Pero debe ser, también, signo de que queremos progresar en esa
fraternidad universal. Que estamos dispuestos a trabajar en serio por
nuestra reconciliación y la de todos. No nos puede dejar tan tranquilos el
que falte la caridad y la justicia a nuestro alrededor. El podéis ir en paz, no
significa que todo está bien, que la Eucaristía bendice nuestras situaciones.
Al revés. El habernos encontrado para escuchar la misma Palabra y
participar del Pan y el Vino, debe darnos estímulo para ponernos a trabajar
y corregir nuestra despreocupación ante los problemas del hermano.
Así pues, queridos hermanos, la Eucaristía es mucho más que una
celebración cultual. Es un compromiso y un estímulo.
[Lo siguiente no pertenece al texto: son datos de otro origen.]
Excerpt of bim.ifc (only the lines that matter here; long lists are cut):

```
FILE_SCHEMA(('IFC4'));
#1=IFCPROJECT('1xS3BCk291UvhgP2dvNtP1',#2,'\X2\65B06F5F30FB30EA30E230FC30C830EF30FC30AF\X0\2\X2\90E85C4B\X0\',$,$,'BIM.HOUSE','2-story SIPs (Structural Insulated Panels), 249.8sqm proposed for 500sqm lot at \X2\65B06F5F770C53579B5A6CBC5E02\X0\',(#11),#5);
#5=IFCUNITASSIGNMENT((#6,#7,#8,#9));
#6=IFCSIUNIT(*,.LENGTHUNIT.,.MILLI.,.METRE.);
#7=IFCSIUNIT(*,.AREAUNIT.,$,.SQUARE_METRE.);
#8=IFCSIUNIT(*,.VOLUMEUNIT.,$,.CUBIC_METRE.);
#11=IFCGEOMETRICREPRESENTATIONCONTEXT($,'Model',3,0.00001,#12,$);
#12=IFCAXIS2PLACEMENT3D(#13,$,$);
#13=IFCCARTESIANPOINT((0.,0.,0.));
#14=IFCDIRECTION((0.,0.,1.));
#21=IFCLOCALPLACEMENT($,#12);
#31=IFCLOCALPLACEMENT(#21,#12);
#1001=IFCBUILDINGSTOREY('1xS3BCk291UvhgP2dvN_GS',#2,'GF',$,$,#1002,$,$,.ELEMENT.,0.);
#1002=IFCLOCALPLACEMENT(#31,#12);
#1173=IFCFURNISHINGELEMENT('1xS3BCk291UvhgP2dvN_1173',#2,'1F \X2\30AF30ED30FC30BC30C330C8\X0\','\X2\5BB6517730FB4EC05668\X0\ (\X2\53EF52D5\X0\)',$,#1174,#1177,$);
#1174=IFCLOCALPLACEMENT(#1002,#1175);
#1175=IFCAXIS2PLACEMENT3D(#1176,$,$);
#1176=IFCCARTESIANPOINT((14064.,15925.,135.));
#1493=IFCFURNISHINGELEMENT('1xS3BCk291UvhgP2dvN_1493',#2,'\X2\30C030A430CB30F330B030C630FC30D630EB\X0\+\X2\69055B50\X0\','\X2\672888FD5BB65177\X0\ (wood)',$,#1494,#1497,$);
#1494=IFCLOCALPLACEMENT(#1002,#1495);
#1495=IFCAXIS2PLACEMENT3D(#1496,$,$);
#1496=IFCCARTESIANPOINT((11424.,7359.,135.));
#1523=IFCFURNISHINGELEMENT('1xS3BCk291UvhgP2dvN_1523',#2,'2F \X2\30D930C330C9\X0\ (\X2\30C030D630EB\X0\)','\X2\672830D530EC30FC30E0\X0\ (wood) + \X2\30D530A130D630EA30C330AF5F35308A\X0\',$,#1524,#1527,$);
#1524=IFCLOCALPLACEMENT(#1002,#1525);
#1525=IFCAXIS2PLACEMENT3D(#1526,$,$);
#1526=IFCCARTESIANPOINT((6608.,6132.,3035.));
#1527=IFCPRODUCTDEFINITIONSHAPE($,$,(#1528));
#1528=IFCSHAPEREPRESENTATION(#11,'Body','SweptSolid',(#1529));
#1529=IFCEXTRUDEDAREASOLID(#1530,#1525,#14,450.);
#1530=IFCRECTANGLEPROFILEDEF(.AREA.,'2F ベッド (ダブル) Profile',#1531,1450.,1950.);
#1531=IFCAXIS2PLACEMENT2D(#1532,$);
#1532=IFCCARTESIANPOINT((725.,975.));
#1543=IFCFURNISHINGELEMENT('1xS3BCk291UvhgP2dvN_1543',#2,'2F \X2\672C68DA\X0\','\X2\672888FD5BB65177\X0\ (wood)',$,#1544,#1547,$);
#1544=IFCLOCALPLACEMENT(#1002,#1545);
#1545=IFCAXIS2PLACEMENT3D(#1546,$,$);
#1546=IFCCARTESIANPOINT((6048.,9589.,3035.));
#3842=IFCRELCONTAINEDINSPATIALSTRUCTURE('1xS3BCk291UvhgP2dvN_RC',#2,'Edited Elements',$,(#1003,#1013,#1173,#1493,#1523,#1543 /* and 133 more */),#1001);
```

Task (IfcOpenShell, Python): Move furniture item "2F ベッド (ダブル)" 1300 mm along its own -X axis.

```python
import ifcopenshell
import ifcopenshell.api.geometry
import ifcopenshell.util.placement
import ifcopenshell.util.unit

model = ifcopenshell.open("bim.ifc")
unit_scale = ifcopenshell.util.unit.calculate_unit_scale(model)

item = model.by_guid("1xS3BCk291UvhgP2dvN_1523")
matrix = ifcopenshell.util.placement.get_local_placement(item.ObjectPlacement)
matrix[:3, 3] -= matrix[:3, 0] * 1.3 / unit_scale
ifcopenshell.api.geometry.edit_object_placement(model, product=item, matrix=matrix, is_si=False)

print(ifcopenshell.util.placement.get_local_placement(item.ObjectPlacement).round(3) + 0.0)

model.write("bim_rev.ifc")
```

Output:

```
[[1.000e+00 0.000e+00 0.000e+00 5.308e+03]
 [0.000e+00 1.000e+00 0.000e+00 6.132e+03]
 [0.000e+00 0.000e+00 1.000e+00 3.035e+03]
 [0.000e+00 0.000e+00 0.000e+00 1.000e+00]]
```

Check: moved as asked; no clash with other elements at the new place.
Más que mirar al
pasado nos invita a mirar al futuro, porque hay una tarea enorme que
siempre está empezando: que este mundo nuestro pase decididamente a la
nueva vida de Cristo Resucitado, vida que significa justicia, caridad,
reconciliación y paz.
Y todavía, esto está muy lejos de haberse conseguido.
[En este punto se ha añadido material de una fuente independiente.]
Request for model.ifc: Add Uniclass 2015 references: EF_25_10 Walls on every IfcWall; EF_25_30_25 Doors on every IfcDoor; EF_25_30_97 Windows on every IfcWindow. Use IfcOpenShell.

First a look at what the model holds.

```python
import ifcopenshell

model = ifcopenshell.open("model.ifc")
print(model.schema)
print("classifications:", [c.Name for c in model.by_type("IfcClassification")])
for ifc_class in ("IfcDoor", "IfcRoof", "IfcStair", "IfcWall", "IfcWindow"):
    print(ifc_class, len(model.by_type(ifc_class)))
```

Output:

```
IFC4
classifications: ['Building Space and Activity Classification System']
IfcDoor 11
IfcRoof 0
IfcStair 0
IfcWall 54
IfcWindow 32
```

```python
import ifcopenshell
import ifcopenshell.api.classification

model = ifcopenshell.open("model.ifc")

system = ifcopenshell.api.classification.add_classification(model, classification="Uniclass 2015")

codes = {
    "IfcWall": ("EF_25_10", "Walls"),
    "IfcDoor": ("EF_25_30_25", "Doors"),
    "IfcWindow": ("EF_25_30_97", "Windows"),
}
for ifc_class, (code, name) in codes.items():
    products = model.by_type(ifc_class)
    ifcopenshell.api.classification.add_reference(
        model, products=products, classification=system, identification=code, name=name
    )
    print(code, len(products))

model.write("model_rev.ifc")
```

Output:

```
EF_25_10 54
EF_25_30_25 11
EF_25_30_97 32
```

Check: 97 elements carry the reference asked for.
Pidamos, hoy, a Cristo Resucitado, el coraje para seguir afanosamente en
ese empeño, y que sepamos encontrar la fuerza para nuestra tarea, en la
Eucaristía, en el partir el pan...
(C)
“Paz a vosotros...”
En las apariciones de Cristo resucitado esta frase se repite constantemente.
Es como un regalo espléndido que Cristo quiere dejar a los suyos para que
éstos lo vayan transmitiendo de generación en generación.
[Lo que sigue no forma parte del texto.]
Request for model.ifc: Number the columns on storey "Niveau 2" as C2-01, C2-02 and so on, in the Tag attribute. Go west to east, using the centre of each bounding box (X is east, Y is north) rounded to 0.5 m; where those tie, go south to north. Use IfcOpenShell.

First a look at what the model holds.

```python
import ifcopenshell
import ifcopenshell.util.element
import ifcopenshell.util.placement

model = ifcopenshell.open("model.ifc")
print(model.schema)
storey = next(s for s in model.by_type("IfcBuildingStorey") if s.Name == "Niveau 2")
columns = [e for e in ifcopenshell.util.element.get_decomposition(storey) if e.is_a("IfcColumn")]
for e in sorted(columns, key=lambda e: e.id()):
    origin = ifcopenshell.util.placement.get_local_placement(e.ObjectPlacement)[:3, 3]
    print(e.id(), e.Tag, e.Name, origin.round(2) + 0.0, sep=" | ")
```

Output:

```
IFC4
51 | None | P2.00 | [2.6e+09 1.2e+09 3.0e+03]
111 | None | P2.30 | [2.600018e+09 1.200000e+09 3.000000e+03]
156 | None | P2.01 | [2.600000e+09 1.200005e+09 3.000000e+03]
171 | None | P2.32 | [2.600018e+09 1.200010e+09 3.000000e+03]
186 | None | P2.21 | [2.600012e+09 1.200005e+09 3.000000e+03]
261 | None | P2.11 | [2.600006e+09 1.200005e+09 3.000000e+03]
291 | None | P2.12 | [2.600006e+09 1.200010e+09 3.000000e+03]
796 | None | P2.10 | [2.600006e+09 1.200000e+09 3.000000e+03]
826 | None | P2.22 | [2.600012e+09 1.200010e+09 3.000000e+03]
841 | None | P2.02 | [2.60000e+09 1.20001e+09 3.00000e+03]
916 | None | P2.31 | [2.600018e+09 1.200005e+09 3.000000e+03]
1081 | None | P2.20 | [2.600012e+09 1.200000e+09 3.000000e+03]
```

```python
import ifcopenshell
import ifcopenshell.geom
import ifcopenshell.util.element
import ifcopenshell.util.shape

model = ifcopenshell.open("model.ifc")
settings = ifcopenshell.geom.settings()
settings.set("use-world-coords", True)


def centre(element):
    shape = ifcopenshell.geom.create_shape(settings, element)
    return ifcopenshell.util.shape.get_bbox_centroid(shape.geometry)


storey = next(s for s in model.by_type("IfcBuildingStorey") if s.Name == "Niveau 2")
columns = [e for e in ifcopenshell.util.element.get_decomposition(storey) if e.is_a("IfcColumn")]

# Insertion points can sit at a corner or the storey origin, so sort by the geometry (in metres).
centres = {e: centre(e) for e in columns}
columns.sort(key=lambda e: (round(centres[e][0] / 0.5), centres[e][1]))

for i, e in enumerate(columns, start=1):
    number = f"C2-{i:02d}"
    e.Tag = number
    print(e.id(), number)

model.write("model_v2.ifc")
```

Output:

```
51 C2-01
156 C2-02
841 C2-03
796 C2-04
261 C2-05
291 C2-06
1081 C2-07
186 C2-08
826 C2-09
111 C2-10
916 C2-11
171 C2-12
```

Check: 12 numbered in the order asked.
Después de tanta zozobra, miedo, escondite, inquietud y duda, el gran
regalo de Cristo a los suyos se resume en una palabra. PAZ.
Es el gran ideal del hombre y gran ausente de nuestro mundo.
El hombre actual apenas vive en paz. Aparece permanentemente agitado,
alienado, frustrado, decepcionado. En actitud acechante, desconfiado,
hastiado y desequilibrado. Aparece, en un palabra, sin paz. Y aparece así
porque su armonía interior se ha desorganizado, porque persigue valores y
realidades que no son tan importantes como aparecen y en cuya
consecución está dejando parte de su vida interior...
Los resultados de esa pérdida de paz personal no pueden ser más funestos:
el hombre no está satisfecho de sí mismo, no vive contento, no disfruta con
las pequeñas cosas de cada día.
Y junto a la pérdida de esa paz individual nuestro mundo conoce desde
antiguo la pérdida de la paz colectiva. Hoy, el mundo suspira por la paz y
ella se aleja del horizonte del modo más lamentable. Y todo porque
predomina el egoísmo sobre el amor, la intransigencia sobre la
comprensión, el odio sobre la misericordia, la injusticia sobre la justicia. Y
todo porque el hombre no quiere ver en el hombre a su hermano sino a su
enemigo.
Por eso resulta tan entrañable y alentador el gran regalo de Cristo a los
suyos: la Paz. Es curioso que si hemos hecho alguna experiencia de vivir
con un poquito de sinceridad el cristianismo, hayamos experimentado que
la paz se hacía presente en nuestra vida. Es curioso que si hemos dejado de
tener como valores fundamentales el dinero, el poder, el prestigio y un
largo etcétera de posibilidades semejantes hayamos experimentado que la
paz nos invadía. Es curioso que si nos hemos comprometido en el trabajo
atento y carioso con el “otro”, hemos puesto a su disposicin lo que somos
y lo que tenemos, hayamos experimentado que la paz se colaba en nuestro
interior y que la armonía se restablecía en nuestro ser. Es curioso que
cuando hemos dejado de contemplar al prójimo como un enemigo en
potencia para catalogarlo como un hermano haya desaparecido ese
aguijoneamiento permanente que se instala en lo más profundo de nuestro
ser en ocasiones. Es curioso que cuando hemos pretendido vivir un poquito
como cristianos hayamos descubierto que no entendemos cómo el hombre
pueda estar permanentemente inquieto, alienado, frustrado y traumatizado.
Y es curioso que sabiendo todo esto no nos decidimos de verdad a aceptar
con toda generosidad el regalo de Cristo en su Pascua: la Paz, y hacer
traslado de ésta al mundo, que la espera con toda impaciencia, harto ya de
tanta mentira como escucha y de tanta tomadura de pelo como se reparte
con toda seriedad por los cuatro puntos cardinales del planeta, al que los
cristianos estamos llamados a cambiar y convertirlo en un sitio habitable,
donde los hombres puedan sentirse orgullosos de serlo y estén convencidos
de que la vida es algo que merece vivirse con toda la ilusión del mundo.